(Task inputs Opens)
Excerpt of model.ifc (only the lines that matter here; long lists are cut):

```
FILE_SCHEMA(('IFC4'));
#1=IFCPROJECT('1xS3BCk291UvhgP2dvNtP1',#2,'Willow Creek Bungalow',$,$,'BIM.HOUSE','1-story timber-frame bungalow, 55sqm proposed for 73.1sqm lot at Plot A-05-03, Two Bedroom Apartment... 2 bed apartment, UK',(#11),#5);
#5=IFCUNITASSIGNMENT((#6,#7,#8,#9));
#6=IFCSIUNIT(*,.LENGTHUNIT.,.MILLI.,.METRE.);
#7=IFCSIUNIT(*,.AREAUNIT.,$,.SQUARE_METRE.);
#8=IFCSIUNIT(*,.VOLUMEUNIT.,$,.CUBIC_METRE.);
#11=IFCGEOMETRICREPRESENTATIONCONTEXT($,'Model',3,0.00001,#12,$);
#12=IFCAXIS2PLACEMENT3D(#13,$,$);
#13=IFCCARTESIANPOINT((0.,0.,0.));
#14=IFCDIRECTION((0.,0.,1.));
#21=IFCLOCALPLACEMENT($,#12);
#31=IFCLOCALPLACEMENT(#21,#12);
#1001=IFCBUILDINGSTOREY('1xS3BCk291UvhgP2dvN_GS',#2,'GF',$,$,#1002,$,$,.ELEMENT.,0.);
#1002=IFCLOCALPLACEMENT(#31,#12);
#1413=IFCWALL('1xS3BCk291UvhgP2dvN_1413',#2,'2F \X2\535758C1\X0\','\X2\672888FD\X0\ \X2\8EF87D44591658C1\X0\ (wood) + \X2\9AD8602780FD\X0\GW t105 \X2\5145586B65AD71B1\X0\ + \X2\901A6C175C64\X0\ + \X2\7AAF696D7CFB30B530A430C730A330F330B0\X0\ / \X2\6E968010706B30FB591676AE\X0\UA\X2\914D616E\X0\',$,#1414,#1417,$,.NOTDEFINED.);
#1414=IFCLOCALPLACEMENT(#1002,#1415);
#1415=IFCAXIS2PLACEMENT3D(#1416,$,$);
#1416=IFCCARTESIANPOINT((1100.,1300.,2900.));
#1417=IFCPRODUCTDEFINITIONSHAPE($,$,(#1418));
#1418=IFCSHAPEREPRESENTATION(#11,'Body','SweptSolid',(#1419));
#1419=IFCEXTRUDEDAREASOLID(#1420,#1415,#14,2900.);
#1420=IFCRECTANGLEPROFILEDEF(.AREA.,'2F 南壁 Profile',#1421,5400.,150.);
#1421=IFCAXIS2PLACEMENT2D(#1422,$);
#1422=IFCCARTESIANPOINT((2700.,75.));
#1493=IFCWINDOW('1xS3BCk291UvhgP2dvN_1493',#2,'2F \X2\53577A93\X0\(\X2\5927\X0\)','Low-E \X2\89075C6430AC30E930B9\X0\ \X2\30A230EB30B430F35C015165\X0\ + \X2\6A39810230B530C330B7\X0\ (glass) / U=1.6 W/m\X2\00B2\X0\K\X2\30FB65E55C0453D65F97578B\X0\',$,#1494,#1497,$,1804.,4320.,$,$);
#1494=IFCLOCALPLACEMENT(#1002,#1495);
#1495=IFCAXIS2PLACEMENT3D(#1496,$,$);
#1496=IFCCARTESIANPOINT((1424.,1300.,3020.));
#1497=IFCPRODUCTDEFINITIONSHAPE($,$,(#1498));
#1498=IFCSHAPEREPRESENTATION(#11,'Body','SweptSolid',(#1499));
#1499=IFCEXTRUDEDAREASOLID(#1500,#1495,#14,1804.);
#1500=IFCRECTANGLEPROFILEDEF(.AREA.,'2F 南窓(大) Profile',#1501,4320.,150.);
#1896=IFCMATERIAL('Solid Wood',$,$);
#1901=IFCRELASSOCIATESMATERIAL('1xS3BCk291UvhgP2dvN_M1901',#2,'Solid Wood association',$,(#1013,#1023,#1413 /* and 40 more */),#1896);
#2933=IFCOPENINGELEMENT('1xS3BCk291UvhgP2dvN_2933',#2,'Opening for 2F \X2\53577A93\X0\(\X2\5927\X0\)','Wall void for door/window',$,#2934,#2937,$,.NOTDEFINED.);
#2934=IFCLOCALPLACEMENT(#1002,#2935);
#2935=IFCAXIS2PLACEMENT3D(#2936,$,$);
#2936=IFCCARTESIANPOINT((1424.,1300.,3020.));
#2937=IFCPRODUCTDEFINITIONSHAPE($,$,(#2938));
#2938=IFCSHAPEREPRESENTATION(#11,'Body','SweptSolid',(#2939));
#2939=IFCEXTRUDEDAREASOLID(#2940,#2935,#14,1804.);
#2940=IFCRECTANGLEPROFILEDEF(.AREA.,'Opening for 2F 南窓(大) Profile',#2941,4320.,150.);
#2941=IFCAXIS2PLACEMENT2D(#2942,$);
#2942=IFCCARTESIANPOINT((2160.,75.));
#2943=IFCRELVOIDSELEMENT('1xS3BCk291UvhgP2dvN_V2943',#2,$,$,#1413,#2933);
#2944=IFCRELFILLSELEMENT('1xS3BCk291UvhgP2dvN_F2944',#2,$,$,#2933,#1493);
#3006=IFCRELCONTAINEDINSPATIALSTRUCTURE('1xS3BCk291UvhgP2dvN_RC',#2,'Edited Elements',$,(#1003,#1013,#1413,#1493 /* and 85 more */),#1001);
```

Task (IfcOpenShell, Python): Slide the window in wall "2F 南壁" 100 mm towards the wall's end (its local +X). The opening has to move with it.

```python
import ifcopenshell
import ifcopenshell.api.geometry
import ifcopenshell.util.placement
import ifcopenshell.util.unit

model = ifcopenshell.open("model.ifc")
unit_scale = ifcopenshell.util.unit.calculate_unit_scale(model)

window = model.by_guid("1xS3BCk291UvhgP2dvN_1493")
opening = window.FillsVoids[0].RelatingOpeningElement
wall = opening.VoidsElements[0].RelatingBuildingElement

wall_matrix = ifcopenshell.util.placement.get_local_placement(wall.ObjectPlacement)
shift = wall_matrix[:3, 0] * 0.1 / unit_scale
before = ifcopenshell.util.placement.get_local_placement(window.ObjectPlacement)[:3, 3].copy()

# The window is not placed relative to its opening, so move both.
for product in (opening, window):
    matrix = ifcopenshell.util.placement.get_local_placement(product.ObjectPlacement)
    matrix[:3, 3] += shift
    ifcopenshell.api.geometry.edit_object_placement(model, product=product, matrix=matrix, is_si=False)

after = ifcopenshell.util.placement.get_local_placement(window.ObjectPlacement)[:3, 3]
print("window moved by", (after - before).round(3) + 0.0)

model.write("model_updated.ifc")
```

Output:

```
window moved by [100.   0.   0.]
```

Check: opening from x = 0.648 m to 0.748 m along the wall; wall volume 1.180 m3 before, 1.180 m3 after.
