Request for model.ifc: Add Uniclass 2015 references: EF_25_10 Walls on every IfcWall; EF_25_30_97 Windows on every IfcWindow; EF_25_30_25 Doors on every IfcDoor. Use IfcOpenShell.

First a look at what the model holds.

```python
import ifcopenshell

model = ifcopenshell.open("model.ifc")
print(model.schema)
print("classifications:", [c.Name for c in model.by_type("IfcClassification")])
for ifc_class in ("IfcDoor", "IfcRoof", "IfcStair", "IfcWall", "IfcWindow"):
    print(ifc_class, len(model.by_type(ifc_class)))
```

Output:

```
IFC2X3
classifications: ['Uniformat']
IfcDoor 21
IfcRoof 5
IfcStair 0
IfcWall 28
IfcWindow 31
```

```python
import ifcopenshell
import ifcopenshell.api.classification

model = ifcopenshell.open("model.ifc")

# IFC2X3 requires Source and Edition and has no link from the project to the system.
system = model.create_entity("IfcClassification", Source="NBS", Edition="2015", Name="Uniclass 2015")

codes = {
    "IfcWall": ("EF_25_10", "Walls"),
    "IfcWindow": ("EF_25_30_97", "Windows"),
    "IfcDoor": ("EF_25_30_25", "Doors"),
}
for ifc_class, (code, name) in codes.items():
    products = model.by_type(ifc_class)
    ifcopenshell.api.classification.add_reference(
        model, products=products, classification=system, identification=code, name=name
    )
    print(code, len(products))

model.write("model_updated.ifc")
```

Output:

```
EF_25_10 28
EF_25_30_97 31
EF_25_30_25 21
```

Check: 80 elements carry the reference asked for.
(Task inputs Closes)
▶ _Goal of the exercise_: Note how many lines in the material hold the word "SweptSolid", and give that number with nothing added.

▶ _Answer_: 3